* _HOW TO COMPLETE THIS TASK_:
Print exactly the lines below between the line holding "#24=IFCINDEXEDPOLYGONALFACE((1,3,7,5));" and the line holding "#28=IFCINDEXEDPOLYGONALFACE((5,7,8,6));", inclusive, and nothing more.

:: INPUT RECORDS

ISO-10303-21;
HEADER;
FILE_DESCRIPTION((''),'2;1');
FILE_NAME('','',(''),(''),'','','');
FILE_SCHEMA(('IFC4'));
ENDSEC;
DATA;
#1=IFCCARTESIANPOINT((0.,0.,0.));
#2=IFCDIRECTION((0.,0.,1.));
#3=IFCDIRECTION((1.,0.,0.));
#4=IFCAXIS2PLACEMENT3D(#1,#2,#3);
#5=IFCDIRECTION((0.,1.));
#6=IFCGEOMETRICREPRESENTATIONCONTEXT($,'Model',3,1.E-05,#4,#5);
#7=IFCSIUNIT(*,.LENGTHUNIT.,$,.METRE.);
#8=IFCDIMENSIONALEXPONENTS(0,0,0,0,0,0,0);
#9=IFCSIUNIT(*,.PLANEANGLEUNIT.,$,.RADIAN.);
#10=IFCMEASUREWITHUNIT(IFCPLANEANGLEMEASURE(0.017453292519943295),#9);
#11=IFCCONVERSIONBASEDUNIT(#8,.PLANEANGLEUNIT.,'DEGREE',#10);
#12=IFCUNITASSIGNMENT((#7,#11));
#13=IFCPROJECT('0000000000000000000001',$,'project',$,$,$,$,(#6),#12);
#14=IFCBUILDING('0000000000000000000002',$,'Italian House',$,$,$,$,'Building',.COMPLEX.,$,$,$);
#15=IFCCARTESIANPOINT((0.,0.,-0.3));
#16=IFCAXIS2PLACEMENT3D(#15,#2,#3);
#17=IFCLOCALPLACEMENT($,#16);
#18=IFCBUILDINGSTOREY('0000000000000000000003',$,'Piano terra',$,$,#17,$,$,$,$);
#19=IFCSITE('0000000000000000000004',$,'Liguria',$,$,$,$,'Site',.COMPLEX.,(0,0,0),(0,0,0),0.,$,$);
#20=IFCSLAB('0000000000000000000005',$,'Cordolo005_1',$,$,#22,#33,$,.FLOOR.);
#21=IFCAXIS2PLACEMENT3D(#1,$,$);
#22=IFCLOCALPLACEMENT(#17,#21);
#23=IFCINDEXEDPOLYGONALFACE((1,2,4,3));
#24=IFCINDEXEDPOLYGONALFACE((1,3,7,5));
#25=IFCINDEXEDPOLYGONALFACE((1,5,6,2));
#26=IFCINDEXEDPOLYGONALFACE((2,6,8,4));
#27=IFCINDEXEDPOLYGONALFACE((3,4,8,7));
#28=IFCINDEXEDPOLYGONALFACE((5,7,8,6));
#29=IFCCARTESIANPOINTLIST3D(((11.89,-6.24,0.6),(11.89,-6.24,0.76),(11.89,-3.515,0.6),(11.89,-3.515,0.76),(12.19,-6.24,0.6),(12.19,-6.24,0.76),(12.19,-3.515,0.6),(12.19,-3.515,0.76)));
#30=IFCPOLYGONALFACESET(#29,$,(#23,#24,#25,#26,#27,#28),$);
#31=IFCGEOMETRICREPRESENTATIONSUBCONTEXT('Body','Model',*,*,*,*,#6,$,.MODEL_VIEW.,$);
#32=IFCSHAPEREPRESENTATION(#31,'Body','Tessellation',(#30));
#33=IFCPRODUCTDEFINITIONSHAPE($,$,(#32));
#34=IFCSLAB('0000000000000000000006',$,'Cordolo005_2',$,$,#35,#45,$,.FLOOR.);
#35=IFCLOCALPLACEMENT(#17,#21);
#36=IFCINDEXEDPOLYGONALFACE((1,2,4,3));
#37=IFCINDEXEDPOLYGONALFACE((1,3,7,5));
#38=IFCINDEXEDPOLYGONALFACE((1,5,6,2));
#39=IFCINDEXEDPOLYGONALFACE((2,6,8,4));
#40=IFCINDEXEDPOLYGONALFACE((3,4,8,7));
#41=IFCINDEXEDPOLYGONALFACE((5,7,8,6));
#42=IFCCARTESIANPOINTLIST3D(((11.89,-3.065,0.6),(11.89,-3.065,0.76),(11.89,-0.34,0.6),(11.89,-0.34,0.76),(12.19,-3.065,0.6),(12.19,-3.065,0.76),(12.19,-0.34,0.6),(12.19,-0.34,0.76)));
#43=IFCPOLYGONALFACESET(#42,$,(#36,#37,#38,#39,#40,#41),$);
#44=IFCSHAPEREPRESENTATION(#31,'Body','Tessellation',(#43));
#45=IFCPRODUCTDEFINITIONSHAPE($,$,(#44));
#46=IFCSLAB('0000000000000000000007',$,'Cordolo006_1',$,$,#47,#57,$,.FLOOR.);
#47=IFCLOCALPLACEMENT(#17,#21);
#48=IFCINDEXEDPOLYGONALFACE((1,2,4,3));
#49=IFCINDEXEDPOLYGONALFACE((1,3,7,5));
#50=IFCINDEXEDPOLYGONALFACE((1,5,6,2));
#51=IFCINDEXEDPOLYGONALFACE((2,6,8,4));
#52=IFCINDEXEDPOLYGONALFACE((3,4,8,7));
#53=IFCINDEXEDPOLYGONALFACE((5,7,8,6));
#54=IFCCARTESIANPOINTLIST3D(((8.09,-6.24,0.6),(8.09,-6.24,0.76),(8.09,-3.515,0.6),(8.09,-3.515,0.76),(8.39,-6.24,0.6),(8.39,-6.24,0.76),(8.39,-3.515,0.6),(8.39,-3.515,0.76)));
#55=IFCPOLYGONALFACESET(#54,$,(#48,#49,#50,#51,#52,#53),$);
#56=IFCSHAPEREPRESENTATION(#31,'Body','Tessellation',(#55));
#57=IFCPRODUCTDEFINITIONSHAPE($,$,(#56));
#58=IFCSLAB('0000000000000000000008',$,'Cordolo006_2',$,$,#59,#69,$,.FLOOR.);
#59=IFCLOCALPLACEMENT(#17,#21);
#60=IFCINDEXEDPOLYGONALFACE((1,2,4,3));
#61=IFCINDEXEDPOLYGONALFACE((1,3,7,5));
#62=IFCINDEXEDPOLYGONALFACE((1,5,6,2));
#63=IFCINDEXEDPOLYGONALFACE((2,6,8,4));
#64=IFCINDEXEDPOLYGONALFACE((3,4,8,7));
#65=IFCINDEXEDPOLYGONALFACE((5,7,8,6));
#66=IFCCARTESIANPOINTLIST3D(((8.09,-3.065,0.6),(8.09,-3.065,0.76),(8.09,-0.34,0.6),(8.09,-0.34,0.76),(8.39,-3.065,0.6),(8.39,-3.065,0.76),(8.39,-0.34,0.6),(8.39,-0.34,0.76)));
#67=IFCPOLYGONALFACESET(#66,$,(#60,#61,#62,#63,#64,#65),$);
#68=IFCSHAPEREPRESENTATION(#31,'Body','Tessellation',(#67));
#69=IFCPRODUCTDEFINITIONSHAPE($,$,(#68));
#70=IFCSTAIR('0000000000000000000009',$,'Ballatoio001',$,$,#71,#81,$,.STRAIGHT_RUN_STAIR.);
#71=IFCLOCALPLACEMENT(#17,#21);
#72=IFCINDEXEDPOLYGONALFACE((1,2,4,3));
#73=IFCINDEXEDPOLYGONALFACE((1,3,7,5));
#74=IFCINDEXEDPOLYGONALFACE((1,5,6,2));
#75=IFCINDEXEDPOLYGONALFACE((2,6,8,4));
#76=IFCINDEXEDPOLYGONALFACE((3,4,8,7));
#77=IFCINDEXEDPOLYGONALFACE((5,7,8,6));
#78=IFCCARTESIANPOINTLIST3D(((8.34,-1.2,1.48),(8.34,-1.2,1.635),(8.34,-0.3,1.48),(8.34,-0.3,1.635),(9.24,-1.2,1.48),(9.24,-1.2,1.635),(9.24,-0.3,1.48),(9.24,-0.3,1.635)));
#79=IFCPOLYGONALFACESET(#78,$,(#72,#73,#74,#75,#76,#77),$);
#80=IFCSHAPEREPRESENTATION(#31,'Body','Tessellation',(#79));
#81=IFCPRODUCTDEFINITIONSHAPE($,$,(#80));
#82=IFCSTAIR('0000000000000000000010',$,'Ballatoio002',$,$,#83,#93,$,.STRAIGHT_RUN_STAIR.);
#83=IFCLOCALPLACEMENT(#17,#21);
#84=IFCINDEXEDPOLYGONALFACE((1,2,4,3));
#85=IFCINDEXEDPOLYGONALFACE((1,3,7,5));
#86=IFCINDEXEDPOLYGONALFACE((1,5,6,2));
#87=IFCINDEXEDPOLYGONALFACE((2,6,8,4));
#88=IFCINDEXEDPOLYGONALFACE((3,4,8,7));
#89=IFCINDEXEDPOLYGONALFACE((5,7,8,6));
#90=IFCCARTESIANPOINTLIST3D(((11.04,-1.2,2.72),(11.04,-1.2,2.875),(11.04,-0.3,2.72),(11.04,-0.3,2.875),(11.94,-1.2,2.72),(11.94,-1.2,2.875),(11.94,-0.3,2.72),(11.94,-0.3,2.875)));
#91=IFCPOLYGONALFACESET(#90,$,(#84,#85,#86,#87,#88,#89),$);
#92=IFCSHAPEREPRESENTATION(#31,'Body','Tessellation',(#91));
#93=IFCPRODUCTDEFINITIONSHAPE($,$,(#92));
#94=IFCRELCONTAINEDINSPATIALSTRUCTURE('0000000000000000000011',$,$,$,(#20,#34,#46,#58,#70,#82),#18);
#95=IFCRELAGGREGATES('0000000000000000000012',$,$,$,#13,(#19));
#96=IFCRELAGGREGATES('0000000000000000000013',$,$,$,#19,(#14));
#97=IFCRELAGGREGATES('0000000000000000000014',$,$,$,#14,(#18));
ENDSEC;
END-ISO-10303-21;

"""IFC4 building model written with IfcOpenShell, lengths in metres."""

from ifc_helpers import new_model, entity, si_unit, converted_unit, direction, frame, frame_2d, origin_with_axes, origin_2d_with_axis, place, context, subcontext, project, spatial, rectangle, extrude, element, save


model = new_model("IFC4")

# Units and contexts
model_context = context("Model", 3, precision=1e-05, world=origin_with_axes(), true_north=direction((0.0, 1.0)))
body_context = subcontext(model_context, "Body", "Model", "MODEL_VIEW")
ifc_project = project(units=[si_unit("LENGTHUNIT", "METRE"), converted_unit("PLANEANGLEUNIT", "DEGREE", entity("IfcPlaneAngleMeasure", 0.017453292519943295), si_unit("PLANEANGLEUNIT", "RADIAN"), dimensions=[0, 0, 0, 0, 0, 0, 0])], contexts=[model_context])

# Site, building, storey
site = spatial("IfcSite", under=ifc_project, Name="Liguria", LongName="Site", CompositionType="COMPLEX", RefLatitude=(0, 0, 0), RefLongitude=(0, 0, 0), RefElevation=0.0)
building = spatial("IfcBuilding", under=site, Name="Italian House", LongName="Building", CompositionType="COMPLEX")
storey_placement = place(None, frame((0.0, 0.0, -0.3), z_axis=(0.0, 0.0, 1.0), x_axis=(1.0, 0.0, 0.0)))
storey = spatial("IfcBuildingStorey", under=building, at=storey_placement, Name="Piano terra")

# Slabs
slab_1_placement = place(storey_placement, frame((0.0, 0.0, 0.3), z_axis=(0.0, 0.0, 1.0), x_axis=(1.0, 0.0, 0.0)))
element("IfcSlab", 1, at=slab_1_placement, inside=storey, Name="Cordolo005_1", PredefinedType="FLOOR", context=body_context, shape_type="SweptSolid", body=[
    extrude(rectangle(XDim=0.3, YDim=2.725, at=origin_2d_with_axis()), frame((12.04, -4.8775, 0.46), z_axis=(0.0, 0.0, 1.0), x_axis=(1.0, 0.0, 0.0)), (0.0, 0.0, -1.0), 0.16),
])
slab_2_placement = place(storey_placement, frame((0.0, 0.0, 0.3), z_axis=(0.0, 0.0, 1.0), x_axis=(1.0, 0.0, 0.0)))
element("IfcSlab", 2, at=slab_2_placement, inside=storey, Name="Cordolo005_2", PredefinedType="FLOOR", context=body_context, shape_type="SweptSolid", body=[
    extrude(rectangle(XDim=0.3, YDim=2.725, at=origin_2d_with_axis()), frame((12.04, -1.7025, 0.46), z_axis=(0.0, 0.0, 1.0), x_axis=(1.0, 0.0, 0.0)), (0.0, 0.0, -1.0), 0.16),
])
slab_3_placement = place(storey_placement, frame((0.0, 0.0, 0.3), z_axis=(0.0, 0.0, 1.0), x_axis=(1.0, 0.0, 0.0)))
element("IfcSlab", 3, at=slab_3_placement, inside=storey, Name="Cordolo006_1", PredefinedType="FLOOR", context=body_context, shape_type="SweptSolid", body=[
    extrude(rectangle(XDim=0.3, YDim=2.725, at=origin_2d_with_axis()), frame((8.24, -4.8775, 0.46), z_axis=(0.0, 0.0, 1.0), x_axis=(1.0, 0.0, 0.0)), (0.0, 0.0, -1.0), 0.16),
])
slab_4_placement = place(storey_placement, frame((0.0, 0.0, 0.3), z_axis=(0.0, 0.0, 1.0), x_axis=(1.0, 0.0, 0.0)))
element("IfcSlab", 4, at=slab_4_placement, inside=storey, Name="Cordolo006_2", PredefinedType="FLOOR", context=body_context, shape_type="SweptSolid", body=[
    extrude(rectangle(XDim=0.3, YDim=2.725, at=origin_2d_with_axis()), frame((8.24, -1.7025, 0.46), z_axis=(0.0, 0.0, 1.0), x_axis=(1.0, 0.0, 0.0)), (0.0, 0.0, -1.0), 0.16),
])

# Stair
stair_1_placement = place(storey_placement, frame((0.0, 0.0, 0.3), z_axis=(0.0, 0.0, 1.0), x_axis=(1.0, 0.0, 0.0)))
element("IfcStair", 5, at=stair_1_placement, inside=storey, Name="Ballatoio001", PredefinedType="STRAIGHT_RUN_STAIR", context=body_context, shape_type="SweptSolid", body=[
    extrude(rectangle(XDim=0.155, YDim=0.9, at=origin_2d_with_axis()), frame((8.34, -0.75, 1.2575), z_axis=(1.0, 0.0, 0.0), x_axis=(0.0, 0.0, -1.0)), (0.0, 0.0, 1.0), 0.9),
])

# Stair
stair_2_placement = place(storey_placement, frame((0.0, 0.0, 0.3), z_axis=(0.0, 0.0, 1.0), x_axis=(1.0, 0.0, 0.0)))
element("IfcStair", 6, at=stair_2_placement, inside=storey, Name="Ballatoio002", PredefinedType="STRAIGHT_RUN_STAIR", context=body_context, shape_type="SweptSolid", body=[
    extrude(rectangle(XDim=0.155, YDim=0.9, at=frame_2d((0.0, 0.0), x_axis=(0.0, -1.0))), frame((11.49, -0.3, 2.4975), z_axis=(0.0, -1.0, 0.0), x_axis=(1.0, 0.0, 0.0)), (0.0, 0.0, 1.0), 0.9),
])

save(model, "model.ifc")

::::

* _ANSWER BOX_:
#24=IFCINDEXEDPOLYGONALFACE((1,3,7,5));
#25=IFCINDEXEDPOLYGONALFACE((1,5,6,2));
#26=IFCINDEXEDPOLYGONALFACE((2,6,8,4));
#27=IFCINDEXEDPOLYGONALFACE((3,4,8,7));
#28=IFCINDEXEDPOLYGONALFACE((5,7,8,6));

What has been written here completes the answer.